The Generation Rent group of activists says it has concerns over the broad proposals to allow landlords to charge for additional insurance against damage if they allow their tenants to have pets.
In the Fairer Private Rented Sector White Paper unveiled by government at the end of last week, it was said that - one the proposals became law - tenants would have the right to request a pet, and their landlord could not unreasonably refuse.
Tenants would be able to challenge a refusal - presumably through the new Rental Ombudsman, another White Paper proposal.
However, the new measure suggests the landlord can insist on the tenant taking out pet insurance as an extra safeguard against costs incurred through pet damage.
However, Generation Rent is complaining about this.
It says: “We believe pet insurance, which we understand costs between £10 and £20 a month, is unnecessary when the tenancy deposit is there to cover damage to the property, and landlords are already unlikely to require the maximum five weeks’ deposit. It is somewhat concerning that they [government] want to reopen the Tenant Fees Act, which has been largely successful at preventing tenants from getting ripped off. It is also unclear how pet insurance claims would interact with claims on the deposit at the end of the tenancy.”

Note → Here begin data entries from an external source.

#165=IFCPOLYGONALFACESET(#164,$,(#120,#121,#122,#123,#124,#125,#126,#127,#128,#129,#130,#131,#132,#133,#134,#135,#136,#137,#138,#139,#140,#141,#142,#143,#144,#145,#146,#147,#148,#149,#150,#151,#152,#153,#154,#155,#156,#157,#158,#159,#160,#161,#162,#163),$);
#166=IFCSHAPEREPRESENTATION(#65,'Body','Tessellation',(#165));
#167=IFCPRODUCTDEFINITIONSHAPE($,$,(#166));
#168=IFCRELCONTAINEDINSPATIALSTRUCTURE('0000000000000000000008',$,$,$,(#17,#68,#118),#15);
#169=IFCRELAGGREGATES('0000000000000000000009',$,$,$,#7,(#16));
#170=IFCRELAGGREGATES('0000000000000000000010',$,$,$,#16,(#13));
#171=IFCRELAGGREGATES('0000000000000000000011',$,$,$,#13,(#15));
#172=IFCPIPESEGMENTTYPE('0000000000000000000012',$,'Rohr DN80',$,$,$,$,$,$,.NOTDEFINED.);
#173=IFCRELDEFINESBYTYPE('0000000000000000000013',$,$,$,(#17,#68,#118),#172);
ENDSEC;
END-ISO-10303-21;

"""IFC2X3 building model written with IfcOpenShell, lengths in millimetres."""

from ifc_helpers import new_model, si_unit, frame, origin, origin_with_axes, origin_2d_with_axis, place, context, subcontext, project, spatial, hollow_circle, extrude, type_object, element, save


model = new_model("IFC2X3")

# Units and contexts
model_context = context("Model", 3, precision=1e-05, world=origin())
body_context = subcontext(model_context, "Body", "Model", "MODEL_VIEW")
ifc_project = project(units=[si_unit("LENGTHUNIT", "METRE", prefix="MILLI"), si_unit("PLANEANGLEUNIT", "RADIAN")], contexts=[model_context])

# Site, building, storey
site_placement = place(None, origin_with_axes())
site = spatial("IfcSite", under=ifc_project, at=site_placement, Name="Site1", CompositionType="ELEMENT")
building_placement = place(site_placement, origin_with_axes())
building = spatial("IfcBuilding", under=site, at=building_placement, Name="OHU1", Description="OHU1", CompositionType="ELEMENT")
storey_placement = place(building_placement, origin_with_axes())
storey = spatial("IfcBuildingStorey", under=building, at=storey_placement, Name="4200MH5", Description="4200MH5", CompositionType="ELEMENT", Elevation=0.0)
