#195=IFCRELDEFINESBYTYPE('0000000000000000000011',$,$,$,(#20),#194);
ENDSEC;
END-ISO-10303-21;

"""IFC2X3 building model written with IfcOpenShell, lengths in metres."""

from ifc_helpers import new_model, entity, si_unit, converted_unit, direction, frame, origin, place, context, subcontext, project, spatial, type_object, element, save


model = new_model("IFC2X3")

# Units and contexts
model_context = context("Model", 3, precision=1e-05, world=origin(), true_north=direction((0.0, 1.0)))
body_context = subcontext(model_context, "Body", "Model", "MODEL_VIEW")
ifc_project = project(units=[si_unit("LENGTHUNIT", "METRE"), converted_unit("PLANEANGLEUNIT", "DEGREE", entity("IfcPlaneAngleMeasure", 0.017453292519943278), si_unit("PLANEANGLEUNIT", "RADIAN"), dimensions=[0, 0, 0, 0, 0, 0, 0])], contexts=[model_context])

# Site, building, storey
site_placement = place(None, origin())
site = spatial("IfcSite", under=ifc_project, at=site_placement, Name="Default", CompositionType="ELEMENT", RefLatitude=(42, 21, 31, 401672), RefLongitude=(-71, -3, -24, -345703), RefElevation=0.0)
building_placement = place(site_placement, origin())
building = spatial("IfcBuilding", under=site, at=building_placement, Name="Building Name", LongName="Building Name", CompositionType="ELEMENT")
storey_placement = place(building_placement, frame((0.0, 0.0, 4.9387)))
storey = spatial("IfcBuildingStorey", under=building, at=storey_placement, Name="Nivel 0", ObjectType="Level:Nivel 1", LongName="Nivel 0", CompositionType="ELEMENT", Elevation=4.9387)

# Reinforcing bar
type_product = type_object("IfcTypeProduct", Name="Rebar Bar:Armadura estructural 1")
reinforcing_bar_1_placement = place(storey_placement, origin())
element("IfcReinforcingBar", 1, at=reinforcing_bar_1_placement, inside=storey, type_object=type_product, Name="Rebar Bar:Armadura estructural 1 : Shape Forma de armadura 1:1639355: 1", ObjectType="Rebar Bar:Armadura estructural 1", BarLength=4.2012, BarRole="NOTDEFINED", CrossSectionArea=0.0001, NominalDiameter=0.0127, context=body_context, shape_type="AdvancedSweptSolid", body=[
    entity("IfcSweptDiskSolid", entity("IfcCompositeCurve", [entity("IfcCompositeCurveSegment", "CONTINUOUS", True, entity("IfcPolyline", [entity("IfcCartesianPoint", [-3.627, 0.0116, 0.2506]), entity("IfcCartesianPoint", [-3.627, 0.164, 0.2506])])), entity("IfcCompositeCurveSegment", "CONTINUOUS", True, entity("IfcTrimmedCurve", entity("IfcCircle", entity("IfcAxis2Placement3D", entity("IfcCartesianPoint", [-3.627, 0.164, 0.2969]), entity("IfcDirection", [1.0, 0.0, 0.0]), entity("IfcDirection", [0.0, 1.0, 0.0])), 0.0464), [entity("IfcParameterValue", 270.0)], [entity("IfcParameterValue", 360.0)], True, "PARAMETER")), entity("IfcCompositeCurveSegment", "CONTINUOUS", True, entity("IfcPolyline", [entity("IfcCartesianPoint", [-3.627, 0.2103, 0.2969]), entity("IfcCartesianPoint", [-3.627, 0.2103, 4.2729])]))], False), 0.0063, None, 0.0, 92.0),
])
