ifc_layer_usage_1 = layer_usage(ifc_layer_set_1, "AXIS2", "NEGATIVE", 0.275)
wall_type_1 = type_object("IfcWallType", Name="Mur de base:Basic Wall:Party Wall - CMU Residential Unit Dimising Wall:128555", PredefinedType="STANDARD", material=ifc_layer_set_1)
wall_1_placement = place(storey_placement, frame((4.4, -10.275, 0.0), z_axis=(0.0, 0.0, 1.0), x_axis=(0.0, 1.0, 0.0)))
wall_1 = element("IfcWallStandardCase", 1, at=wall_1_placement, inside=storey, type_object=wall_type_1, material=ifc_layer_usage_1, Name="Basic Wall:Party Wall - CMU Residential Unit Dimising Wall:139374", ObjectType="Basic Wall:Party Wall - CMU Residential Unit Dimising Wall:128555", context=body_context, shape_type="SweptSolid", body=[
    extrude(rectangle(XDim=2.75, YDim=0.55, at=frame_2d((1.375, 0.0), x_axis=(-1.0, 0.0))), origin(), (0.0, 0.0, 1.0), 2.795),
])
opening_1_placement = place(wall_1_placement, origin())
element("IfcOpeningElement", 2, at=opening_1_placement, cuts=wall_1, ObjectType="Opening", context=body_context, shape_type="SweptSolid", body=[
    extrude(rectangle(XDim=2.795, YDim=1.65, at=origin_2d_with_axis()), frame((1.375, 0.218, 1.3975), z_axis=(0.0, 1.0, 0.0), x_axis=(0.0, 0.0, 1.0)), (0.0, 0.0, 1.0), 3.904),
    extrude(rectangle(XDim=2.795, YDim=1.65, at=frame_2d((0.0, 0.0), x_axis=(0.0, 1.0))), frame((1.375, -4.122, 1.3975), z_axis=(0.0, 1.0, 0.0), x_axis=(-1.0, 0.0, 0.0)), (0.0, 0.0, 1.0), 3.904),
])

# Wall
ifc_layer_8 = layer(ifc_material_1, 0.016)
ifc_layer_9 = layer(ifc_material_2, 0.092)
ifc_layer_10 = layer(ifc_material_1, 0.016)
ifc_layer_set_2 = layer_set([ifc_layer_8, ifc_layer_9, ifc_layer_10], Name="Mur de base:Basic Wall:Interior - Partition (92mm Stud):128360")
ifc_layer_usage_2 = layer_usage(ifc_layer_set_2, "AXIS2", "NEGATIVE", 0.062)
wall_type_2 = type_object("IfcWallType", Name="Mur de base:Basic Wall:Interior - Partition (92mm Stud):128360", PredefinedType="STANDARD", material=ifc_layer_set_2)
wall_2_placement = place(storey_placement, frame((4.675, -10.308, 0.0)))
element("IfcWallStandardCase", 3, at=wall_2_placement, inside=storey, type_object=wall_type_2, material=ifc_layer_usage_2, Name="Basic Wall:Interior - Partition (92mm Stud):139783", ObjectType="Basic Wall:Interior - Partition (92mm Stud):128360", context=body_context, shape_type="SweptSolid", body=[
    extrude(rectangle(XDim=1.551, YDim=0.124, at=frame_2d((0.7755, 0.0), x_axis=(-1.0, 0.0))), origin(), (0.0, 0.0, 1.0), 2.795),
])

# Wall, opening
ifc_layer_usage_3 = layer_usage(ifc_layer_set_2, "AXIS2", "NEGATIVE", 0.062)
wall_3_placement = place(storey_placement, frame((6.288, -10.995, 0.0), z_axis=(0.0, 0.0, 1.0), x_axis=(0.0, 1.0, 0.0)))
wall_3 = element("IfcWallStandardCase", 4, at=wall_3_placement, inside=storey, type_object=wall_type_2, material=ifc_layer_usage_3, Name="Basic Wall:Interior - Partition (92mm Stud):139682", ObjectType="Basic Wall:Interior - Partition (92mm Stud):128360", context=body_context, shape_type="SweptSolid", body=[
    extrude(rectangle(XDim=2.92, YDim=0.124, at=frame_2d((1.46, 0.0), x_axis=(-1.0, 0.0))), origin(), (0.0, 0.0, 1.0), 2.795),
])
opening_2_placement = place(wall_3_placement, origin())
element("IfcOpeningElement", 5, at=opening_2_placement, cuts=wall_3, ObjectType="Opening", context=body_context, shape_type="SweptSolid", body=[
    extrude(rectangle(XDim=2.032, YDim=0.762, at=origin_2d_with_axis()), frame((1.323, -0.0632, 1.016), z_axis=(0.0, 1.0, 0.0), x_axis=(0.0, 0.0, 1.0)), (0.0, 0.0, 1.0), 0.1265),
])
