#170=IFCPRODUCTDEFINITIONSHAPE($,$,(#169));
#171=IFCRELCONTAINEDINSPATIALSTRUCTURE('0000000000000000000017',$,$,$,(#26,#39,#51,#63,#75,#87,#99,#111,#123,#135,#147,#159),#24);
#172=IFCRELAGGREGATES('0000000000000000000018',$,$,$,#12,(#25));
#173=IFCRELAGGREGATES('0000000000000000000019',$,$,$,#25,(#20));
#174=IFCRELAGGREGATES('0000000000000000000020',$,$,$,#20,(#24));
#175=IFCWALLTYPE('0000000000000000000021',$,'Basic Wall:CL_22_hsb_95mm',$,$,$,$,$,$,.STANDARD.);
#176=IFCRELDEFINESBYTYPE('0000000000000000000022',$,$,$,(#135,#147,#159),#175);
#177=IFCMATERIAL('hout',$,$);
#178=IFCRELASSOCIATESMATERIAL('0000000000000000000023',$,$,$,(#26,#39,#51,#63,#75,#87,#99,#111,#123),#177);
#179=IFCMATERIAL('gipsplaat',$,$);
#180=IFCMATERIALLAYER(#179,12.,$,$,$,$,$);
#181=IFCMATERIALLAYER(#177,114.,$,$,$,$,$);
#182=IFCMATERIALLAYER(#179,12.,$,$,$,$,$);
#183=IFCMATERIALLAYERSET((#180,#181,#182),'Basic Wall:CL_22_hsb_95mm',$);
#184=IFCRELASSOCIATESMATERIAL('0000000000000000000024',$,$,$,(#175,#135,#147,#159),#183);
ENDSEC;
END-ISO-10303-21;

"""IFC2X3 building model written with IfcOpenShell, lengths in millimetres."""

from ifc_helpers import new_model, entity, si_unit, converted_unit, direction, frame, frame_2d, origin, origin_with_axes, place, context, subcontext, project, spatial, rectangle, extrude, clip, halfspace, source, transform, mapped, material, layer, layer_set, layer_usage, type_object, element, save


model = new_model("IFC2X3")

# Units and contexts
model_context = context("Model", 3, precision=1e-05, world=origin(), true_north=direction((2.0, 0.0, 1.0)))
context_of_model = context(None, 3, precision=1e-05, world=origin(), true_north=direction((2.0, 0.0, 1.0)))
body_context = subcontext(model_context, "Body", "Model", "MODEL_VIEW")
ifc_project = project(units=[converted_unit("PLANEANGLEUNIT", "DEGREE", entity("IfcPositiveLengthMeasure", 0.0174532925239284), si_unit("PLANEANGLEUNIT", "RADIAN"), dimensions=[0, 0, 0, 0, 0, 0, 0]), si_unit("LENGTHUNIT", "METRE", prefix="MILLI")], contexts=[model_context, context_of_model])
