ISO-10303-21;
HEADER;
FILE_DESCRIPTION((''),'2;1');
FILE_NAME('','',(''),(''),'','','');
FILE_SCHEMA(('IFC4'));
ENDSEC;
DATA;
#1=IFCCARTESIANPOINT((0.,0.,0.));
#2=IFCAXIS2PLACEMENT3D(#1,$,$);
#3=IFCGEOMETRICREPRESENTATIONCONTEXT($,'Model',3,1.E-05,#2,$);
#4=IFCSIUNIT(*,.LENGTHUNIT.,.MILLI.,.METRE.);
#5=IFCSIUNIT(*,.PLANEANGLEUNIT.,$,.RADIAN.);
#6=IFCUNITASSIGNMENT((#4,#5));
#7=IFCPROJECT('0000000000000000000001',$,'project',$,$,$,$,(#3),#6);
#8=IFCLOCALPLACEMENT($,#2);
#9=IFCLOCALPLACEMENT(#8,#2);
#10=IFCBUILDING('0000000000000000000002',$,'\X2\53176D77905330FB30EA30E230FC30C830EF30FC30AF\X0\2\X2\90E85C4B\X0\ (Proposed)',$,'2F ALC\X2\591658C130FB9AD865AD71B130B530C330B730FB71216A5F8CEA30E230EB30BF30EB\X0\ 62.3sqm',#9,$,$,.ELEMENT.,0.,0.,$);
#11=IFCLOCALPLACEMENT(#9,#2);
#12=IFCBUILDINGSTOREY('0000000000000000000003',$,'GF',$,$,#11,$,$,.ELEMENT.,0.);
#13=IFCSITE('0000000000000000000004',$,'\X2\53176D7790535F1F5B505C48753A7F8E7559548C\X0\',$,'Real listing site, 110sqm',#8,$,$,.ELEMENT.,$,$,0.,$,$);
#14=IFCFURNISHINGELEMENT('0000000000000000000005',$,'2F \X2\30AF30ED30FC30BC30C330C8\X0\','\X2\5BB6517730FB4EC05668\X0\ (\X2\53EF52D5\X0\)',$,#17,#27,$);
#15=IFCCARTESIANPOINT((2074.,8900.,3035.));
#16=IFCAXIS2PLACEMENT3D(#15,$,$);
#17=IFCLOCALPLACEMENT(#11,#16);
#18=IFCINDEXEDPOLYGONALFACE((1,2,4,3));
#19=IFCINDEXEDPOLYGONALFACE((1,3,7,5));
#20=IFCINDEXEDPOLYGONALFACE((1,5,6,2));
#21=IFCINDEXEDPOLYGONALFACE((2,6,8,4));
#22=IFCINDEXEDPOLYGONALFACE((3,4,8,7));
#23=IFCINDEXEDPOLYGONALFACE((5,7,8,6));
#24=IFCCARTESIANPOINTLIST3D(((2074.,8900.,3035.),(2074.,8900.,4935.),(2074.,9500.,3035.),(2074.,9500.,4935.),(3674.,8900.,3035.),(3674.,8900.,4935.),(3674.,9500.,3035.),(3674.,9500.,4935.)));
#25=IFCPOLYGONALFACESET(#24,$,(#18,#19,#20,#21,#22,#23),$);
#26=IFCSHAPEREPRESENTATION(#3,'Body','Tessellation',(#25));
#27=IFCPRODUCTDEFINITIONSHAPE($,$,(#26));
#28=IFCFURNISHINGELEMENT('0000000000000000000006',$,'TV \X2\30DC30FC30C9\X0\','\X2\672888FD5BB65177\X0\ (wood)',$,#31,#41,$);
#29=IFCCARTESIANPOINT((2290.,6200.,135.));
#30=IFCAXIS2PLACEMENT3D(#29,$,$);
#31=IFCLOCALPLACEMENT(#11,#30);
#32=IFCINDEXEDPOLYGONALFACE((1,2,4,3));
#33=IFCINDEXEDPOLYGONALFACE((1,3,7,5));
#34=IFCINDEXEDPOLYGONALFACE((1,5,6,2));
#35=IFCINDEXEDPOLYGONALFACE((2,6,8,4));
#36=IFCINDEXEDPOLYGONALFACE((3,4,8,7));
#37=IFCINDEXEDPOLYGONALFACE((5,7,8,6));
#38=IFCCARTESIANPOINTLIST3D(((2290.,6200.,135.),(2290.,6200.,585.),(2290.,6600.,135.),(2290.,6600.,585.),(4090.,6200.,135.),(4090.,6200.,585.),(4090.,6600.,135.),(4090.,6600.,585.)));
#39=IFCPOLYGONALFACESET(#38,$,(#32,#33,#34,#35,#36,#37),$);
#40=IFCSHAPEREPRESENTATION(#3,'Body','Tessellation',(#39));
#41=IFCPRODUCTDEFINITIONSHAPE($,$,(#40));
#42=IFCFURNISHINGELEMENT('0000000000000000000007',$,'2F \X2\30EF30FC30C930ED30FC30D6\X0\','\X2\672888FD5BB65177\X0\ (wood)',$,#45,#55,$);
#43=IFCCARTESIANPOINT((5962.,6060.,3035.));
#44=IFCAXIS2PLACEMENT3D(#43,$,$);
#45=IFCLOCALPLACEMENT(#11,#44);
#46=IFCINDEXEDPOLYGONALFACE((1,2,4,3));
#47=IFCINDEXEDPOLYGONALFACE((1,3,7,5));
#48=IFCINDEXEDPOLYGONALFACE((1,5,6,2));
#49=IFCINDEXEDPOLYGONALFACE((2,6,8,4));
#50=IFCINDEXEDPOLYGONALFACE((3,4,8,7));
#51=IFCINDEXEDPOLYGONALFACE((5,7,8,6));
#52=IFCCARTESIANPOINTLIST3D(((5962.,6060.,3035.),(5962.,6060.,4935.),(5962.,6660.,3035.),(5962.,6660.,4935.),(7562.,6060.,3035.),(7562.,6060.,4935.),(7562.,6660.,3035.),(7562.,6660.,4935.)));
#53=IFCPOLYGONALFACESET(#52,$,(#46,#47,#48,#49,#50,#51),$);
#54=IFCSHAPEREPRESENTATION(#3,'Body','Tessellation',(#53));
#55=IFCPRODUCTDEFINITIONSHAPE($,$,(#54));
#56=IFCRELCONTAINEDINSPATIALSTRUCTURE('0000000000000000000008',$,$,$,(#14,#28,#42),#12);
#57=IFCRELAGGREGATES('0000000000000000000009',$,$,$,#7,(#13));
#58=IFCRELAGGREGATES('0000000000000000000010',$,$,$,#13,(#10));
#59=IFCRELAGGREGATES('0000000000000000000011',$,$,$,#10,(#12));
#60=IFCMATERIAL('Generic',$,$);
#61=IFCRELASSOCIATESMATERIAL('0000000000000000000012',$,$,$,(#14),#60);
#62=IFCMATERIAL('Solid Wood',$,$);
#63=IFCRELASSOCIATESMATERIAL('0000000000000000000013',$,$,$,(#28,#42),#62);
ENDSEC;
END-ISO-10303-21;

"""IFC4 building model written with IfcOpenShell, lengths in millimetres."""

from ifc_helpers import new_model, si_unit, frame, frame_2d, origin, place, context, project, spatial, rectangle, extrude, material, element, save


model = new_model("IFC4")

# Units and contexts
model_context = context("Model", 3, precision=1e-05, world=origin())
ifc_project = project(units=[si_unit("LENGTHUNIT", "METRE", prefix="MILLI"), si_unit("PLANEANGLEUNIT", "RADIAN")], contexts=[model_context])

# Site, building, storey
site_placement = place(None, origin())
site = spatial("IfcSite", under=ifc_project, at=site_placement, Name="北海道弟子屈町美留和", ObjectType="Real listing site, 110sqm", CompositionType="ELEMENT", RefElevation=0.0)
building_placement = place(site_placement, origin())
building = spatial("IfcBuilding", under=site, at=building_placement, Name="北海道・リモートワーク2部屋 (Proposed)", ObjectType="2F ALC外壁・高断熱サッシ・無機質モルタル 62.3sqm", CompositionType="ELEMENT", ElevationOfRefHeight=0.0, ElevationOfTerrain=0.0)
storey_placement = place(building_placement, origin())
storey = spatial("IfcBuildingStorey", under=building, at=storey_placement, Name="GF", CompositionType="ELEMENT", Elevation=0.0)

# Shared definitions
ifc_material_1 = material(Name="Solid Wood")

# Shared definitions
ifc_material_2 = material(Name="Generic")

# Furnishing elements
furnishing_1_placement = place(storey_placement, frame((2074.0, 8900.0, 3035.0)))
element("IfcFurnishingElement", 1, at=furnishing_1_placement, inside=storey, material=ifc_material_2, Name="2F クローゼット", Description="家具・什器 (可動)", context=model_context, shape_type="SweptSolid", body=[
    extrude(rectangle(XDim=1600.0, YDim=600.0, at=frame_2d((800.0, 300.0))), frame((2074.0, 8900.0, 3035.0)), (0.0, 0.0, 1.0), 1900.0),
])
furnishing_2_placement = place(storey_placement, frame((2290.0, 6200.0, 135.0)))
element("IfcFurnishingElement", 2, at=furnishing_2_placement, inside=storey, material=ifc_material_1, Name="TV ボード", Description="木製家具 (wood)", context=model_context, shape_type="SweptSolid", body=[
    extrude(rectangle(XDim=1800.0, YDim=400.0, at=frame_2d((900.0, 200.0))), frame((2290.0, 6200.0, 135.0)), (0.0, 0.0, 1.0), 450.0),
])
furnishing_3_placement = place(storey_placement, frame((5962.0, 6060.0, 3035.0)))
element("IfcFurnishingElement", 3, at=furnishing_3_placement, inside=storey, material=ifc_material_1, Name="2F ワードローブ", Description="木製家具 (wood)", context=model_context, shape_type="SweptSolid", body=[
    extrude(rectangle(XDim=1600.0, YDim=600.0, at=frame_2d((800.0, 300.0))), frame((5962.0, 6060.0, 3035.0)), (0.0, 0.0, 1.0), 1900.0),
])

save(model, "model.ifc")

Generally Generation Rent has been highly supportive of the Conservative government’s rent reform proposals, and the pets measure has won widespread support - mostly from groups not complaining about the insurance concept.
For example Dawn Howard, chief executive of the National Office of Animal Health, says: “NOAH launched its campaign ‘Renting with Pets’ in 2020, as our members passionately believe that all pets deserve a loving home, and all responsible pet owners should be able to access good-quality housing that does not exclude them from pet ownership.
“Unfortunately, keeping a pet in rental properties has been traditionally very challenging, and in many cases, not possible at all.
“We are therefore delighted to welcome this government’s commitment to recognising the value of pet ownership through the Renters’ Reform White Paper, which seeks to break down barriers to pet ownership for responsible pet owners in rental properties in a way that continues to support landlords and property owners.
“The measures set out in the Renters’ Reform White Paper are transformational not only for those people that will now find it much more straightforward to enjoy the extensive health and wellbeing benefits of pet ownership – but also for our beloved pets who deserve homes too.”